Of the 12.95 hours of recording, the operator interacted with the patcherBot_Pharma for 2.49 hours and the patcherBot_Pharma collected experimental recordings for 9.07 hours, with an additional 1.39 hours of other automated processing (Table 3). The 2.49 hours of operator interaction includes cell selection, solution maintenance, electrode placement on the cell, and gigaseal formation. In each iteration of the patcherBot_Pharma process, it spent 1.99 minutes cleaning the electrode and the operator spent ˜2-3 minutes placing the electrode on the cell and establishing the whole-cell conformation. If everything was successful, the patcherBot_Pharma would then proceed to collect the experimental data—in total a 24.6 minute process. If there was an issue with the stability of the patch during the process of pulling the outside-out patch (1.73 min process), the patcherBot_Pharma would clean the electrode and be ready for the next attempt in less than 2 minutes. Although, the experiment yield was not overly high (24/42 attempts were successful) this did not hinder the performance of the patcherBot_Pharma greatly (Table 5).
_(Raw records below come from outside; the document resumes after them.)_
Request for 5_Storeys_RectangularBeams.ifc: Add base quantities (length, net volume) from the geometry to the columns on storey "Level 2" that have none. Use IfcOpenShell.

First a look at what the model holds.

```python
import ifcopenshell
import ifcopenshell.util.element
import ifcopenshell.util.unit

model = ifcopenshell.open("5_Storeys_RectangularBeams.ifc")
print(model.schema)
for unit_type in ("LENGTHUNIT", "AREAUNIT", "VOLUMEUNIT"):
    print(unit_type, ifcopenshell.util.unit.calculate_unit_scale(model, unit_type))
storey = next(s for s in model.by_type("IfcBuildingStorey") if s.Name == "Level 2")
columns = [e for e in ifcopenshell.util.element.get_decomposition(storey) if e.is_a("IfcColumn")]
for e in sorted(columns, key=lambda e: e.id()):
    print(e.id(), e.is_a(), e.Name, list(ifcopenshell.util.element.get_psets(e, qtos_only=True)), sep=" | ")
```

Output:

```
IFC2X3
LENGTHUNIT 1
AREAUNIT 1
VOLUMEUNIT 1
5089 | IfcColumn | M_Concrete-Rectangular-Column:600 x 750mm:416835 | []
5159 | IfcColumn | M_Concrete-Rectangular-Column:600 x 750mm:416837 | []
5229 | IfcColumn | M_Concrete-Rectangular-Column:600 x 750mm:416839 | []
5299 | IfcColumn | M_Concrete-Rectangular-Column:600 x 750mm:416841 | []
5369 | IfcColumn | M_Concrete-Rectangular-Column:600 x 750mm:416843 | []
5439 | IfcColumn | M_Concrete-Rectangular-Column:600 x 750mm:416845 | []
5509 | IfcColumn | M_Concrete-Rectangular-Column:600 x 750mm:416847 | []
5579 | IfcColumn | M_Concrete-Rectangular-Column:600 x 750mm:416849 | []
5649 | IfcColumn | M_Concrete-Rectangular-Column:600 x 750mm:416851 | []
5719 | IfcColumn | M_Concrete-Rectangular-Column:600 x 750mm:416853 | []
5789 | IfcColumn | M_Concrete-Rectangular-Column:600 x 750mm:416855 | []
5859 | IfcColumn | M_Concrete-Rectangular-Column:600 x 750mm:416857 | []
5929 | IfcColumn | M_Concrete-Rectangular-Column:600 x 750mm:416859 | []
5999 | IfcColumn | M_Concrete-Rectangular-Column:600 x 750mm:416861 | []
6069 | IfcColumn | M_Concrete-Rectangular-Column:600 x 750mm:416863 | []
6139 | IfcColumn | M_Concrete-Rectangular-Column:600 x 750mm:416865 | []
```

```python
import ifcopenshell
import ifcopenshell.api.pset
import ifcopenshell.geom
import ifcopenshell.util.element
import ifcopenshell.util.shape
import ifcopenshell.util.unit

model = ifcopenshell.open("5_Storeys_RectangularBeams.ifc")
unit_scale = ifcopenshell.util.unit.calculate_unit_scale(model)
volume_scale = ifcopenshell.util.unit.calculate_unit_scale(model, "VOLUMEUNIT")
settings = ifcopenshell.geom.settings()

storey = next(s for s in model.by_type("IfcBuildingStorey") if s.Name == "Level 2")
columns = [e for e in ifcopenshell.util.element.get_decomposition(storey) if e.is_a("IfcColumn")]

for e in sorted(columns, key=lambda e: e.id()):
    if ifcopenshell.util.element.get_psets(e, qtos_only=True, should_inherit=False):
        continue
    # Geometry comes back in metres, in the element's own axes.
    shape = ifcopenshell.geom.create_shape(settings, e)
    values = {
        "Length": ifcopenshell.util.shape.get_z(shape.geometry) / unit_scale,
        "NetVolume": ifcopenshell.util.shape.get_volume(shape.geometry) / volume_scale,
    }
    qto = ifcopenshell.api.pset.add_qto(model, product=e, name="BaseQuantities")
    ifcopenshell.api.pset.edit_qto(model, qto=qto, properties=values)
    print(e.id(), {k: round(v, 3) for k, v in values.items()})

model.write("5_Storeys_RectangularBeams_rev.ifc")
```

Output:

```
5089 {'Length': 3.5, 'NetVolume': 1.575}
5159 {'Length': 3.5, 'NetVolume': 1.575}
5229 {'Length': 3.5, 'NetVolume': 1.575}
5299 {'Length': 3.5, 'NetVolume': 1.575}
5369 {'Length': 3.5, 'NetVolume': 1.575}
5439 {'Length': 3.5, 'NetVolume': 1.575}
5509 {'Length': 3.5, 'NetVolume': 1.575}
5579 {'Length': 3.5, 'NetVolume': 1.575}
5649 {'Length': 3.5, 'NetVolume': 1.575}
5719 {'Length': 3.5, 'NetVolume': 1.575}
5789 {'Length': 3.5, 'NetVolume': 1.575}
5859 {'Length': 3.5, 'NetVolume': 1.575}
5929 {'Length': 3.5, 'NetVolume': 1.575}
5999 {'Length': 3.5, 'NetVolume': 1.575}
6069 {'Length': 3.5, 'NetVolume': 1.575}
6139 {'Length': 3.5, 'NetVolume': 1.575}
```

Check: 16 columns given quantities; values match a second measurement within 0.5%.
If every patch attempt was successful, the theoretical maximum number of experiments the patcherBot_Pharma could have performed in 12.95 hours was 25.8, which is only modestly higher than the 18 that were successfully performed manually (70% full experiments performed divided by the maximum). Moreover, the rate of data collection, in terms of operator effort, of the patcherBot_Pharma process time was 2.1 minutes per data point. Should patching efficiency be improved further, the theoretical minimum of operator effort can be reduced to 0.97 minutes per data point.

TABLE 5
Performance of the patcherBotPharma in the propofol case study.
			Theoretical
	Counts	Yield	Max†
Patch Attempts	42
Successfully established gigaseals	39	93%
Whole cell conformations obtained	28	72%
Outside-out patches obtained	24	86%
Experiments started	24	—
Successful Experiments	18	75%	25.8
Total Data Points Collected	113		154.8
Data Points Passed Quality Control	71
†The theoretic maximum values were determined by taking the total operation time divided by the total time for one successful cycle. Since there are 6 collected data points per experiment, the theoretical maximum for total collected data points equals the number of experiments multiplied by a factor of 6.

Example 7: Discussion

Patch-clamp electrophysiology research is a powerful technique, yet many scientists are dissuaded from learning and utilizing this approach because of its time-consuming nature, in terms of both training and execution. Even for skilled practitioners, the complexity and effort required for comprehensive pharmacology experiments (pharmacological screening or evaluation of full concentration-response relationships) can be impractical. Here, the capabilities of the patcherBot_Pharma have been demonstrated for ligand gated ionotropic receptor pharmacological screening, which makes patch-clamp electrophysiology experimentation rapid, less skill intensive, and more reliable. The automation of the patcherBot_Pharma, namely precise and accurate electrode translations, solution handling, electrode cleaning and rapid solution exchange, greatly expands the repertoire of experiments that the patcherBot and other automated systems can perform. This allows one to conduct nearly any pharmacological experiment typically performed on ligand-gated or voltage-gated ion channels using the patcherBot_Pharma (e.g. FIGS. 6A through 7G). Additionally, the patcherBot_Pharma has the flexibility to be retooled as needed based off a traditional patch-clamp rig and can run autonomously or with minimal operator intervention to suit the experimental situation. Thus, the patcherBot_Pharma could be set up to patch adherent cells and applied compounds via the bath input, if desired, and the fully automated capabilities of the system will be retained if all test compounds can be fully washed out.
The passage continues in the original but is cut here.